It’s sweet, the colour of the night flecked with pieces of cashew nuts and the unmistakable aroma of coconut milk. As if reading my mind, chef Lisa Sadanah (who prefers to go by her first name), confirms: “It’s not dodol.”
The ‘not dodol’ is a Sri Lankan sweet, watalappam, which has a lot in common with the Goan dessert—both are made with palm jaggery, coconut milk, and topped with roasted cashew nuts. The watalappam contains egg, which is folded into the coconut and jaggery mixture, and then steamed. Much like dodol, it is delicious.
Served in a ramekin, the watalappam is the only dessert on the menu at the recently opened Sri Lankan bar and bistro, The Jaffna Jump, where Lisa is chef and partner. It’s also the only dish that is not Lisa’s creation but that of her mother, Barbara John, who learnt the recipe from a friend during her time in the island country. “My mum is a home science student, so she weighs everything out and won’t mess with the recipe,” says the Calcutta-born chef whose family moved to Sri Lanka in 1983. That was a time of turmoil, when the country was simmering with anti-Tamil pogroms and war was imminent. “We heard the gunfire and the bombs, we went through curfews, we’ve seen the bodies in the rivers...I’ve been through it all,” recalls Lisa, who lived there till 1998, and has an indelible connection with the country.

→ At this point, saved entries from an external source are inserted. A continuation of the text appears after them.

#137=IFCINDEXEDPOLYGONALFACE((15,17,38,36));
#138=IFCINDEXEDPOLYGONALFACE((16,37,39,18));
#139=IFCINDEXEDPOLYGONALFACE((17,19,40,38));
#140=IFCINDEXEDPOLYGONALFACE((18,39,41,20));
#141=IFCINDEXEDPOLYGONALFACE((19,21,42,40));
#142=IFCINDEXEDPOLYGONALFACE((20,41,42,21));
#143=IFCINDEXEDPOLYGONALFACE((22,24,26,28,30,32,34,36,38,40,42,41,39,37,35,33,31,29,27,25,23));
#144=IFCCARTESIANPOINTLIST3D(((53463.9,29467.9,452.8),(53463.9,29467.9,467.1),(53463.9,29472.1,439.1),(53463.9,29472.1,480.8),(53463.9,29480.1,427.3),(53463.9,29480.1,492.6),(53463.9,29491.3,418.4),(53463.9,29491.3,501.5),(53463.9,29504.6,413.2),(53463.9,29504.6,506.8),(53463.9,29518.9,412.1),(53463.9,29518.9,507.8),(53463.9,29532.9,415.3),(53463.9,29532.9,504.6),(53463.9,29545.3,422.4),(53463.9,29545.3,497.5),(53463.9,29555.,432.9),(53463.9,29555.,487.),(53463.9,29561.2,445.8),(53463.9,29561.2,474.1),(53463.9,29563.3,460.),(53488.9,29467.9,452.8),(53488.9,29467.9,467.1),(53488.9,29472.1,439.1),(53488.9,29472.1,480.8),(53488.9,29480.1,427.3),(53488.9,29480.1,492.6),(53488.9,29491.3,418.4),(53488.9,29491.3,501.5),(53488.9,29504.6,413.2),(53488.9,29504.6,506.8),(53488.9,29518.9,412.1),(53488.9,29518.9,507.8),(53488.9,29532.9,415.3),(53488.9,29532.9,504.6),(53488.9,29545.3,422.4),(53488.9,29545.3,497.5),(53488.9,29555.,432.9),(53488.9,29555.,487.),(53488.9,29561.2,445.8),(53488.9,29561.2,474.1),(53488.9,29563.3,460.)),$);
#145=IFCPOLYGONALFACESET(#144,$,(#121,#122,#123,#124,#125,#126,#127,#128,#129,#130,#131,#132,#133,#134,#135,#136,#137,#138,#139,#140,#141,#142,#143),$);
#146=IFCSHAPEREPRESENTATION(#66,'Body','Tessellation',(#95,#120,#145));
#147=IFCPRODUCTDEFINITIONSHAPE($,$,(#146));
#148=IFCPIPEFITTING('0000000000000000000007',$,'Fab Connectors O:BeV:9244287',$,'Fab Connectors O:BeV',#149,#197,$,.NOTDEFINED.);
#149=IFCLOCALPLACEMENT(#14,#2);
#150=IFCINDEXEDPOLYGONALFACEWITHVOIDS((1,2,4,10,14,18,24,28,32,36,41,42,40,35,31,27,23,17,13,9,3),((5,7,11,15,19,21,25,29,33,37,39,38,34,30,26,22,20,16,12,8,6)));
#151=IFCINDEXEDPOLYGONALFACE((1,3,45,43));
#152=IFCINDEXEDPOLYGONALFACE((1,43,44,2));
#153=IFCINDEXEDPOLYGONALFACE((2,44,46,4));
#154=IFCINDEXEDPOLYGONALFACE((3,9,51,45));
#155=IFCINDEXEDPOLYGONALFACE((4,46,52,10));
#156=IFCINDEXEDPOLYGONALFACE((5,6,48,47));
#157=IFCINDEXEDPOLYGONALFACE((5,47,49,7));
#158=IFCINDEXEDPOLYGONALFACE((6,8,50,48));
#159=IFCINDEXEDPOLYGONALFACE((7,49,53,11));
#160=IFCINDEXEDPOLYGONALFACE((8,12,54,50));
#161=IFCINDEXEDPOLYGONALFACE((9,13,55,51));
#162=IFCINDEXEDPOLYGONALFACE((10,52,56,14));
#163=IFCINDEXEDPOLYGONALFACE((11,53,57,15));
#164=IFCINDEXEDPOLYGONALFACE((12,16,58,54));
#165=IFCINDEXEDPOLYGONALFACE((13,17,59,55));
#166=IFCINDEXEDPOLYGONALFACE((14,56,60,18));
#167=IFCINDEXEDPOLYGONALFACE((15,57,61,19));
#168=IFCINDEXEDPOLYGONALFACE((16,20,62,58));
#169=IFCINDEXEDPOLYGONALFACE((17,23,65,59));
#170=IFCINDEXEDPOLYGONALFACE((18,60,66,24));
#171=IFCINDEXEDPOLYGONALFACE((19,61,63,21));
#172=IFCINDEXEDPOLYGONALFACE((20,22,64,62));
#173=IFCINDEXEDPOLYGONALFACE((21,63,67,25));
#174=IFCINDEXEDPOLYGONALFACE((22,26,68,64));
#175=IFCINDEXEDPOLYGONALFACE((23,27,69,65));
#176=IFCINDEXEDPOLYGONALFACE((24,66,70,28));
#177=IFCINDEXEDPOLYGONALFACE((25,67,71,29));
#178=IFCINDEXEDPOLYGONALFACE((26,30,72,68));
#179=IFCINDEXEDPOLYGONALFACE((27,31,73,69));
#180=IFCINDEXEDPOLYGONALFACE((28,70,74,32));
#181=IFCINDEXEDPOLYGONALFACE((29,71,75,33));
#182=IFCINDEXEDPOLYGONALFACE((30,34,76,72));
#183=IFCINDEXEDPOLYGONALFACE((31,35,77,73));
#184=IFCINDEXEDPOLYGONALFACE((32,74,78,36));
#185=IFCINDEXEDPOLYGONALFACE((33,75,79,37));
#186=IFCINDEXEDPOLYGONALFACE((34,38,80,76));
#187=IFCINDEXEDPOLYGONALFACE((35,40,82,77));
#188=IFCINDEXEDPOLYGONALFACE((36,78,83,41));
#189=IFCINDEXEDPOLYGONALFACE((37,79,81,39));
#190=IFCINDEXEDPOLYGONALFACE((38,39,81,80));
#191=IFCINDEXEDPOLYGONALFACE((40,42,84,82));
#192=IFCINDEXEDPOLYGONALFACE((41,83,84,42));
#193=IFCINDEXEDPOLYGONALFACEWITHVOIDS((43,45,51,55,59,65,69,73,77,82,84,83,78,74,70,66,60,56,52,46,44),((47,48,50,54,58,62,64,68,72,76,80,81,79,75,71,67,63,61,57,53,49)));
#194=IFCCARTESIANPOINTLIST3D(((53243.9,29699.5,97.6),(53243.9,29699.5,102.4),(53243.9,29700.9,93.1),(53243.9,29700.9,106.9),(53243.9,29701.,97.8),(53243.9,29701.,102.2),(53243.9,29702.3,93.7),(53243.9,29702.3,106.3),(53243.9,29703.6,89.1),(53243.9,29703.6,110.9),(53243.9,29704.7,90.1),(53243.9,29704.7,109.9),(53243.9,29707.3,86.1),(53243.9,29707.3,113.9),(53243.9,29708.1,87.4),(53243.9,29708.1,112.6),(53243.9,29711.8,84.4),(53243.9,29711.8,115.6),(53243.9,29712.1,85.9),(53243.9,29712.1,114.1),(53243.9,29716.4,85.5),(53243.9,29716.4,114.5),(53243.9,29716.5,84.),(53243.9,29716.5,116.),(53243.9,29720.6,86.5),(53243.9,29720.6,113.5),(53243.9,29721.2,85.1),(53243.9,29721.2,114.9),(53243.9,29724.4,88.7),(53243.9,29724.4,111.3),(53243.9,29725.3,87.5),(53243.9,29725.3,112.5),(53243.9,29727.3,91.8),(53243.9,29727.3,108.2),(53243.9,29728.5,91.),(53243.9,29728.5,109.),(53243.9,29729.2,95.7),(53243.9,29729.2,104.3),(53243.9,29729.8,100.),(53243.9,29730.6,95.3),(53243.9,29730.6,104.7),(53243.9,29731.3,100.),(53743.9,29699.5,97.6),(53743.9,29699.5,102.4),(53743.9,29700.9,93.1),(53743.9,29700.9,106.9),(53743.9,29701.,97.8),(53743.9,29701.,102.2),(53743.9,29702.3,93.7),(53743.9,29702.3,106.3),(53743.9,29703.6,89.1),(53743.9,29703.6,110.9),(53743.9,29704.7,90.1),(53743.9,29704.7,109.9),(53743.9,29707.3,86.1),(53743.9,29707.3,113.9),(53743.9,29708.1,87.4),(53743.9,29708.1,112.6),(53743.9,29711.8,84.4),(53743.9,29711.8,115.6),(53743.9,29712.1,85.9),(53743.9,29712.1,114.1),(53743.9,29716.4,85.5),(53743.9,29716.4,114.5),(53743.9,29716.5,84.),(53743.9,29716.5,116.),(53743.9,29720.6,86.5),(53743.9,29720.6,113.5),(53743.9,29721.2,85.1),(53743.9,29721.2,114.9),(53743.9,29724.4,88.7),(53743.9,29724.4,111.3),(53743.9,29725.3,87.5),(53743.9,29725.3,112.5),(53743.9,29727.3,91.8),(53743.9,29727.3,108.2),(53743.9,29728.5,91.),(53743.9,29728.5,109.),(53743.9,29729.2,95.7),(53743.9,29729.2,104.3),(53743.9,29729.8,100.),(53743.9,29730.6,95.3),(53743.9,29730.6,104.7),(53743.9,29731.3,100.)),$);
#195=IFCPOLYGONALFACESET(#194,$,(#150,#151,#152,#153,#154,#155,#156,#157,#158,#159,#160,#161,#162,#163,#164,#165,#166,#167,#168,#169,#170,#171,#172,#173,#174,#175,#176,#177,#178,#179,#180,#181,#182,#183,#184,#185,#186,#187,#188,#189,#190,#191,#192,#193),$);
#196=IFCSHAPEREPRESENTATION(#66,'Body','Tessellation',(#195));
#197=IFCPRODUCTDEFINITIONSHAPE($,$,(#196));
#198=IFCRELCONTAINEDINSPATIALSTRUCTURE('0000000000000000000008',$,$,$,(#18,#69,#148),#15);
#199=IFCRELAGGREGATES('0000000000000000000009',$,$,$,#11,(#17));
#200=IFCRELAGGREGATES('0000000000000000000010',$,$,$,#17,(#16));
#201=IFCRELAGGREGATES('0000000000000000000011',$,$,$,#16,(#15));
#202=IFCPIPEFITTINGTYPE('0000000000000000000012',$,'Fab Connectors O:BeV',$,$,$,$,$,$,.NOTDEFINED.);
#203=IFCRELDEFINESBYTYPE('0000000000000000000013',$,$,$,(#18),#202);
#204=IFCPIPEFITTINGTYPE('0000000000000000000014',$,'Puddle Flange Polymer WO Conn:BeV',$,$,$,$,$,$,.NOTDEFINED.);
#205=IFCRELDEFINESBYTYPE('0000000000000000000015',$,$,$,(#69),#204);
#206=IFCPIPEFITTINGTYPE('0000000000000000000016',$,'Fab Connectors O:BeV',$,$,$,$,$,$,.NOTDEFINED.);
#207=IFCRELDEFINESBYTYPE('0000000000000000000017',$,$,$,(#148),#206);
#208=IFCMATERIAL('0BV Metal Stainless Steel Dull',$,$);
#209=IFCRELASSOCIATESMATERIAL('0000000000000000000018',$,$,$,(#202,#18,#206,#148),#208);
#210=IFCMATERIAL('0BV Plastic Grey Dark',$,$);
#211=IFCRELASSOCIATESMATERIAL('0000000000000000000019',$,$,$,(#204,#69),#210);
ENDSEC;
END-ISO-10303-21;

It’s a connection that has often shown up in the form of comforting plates in trying times. “In the lockdown, we would do potlucks and I always cooked Sri Lankan food...Since then, my friends would encourage me to join the home chef scene,” shares Lisa, who in 2021, did turn her passion into a catering venture, Bentota Box—named after the Bentota River where she would jetski as a child. Today, the link has only grown stronger with her first restaurant, which she named after the region that was home to a majority of Sri Lanka’s Tamilian population.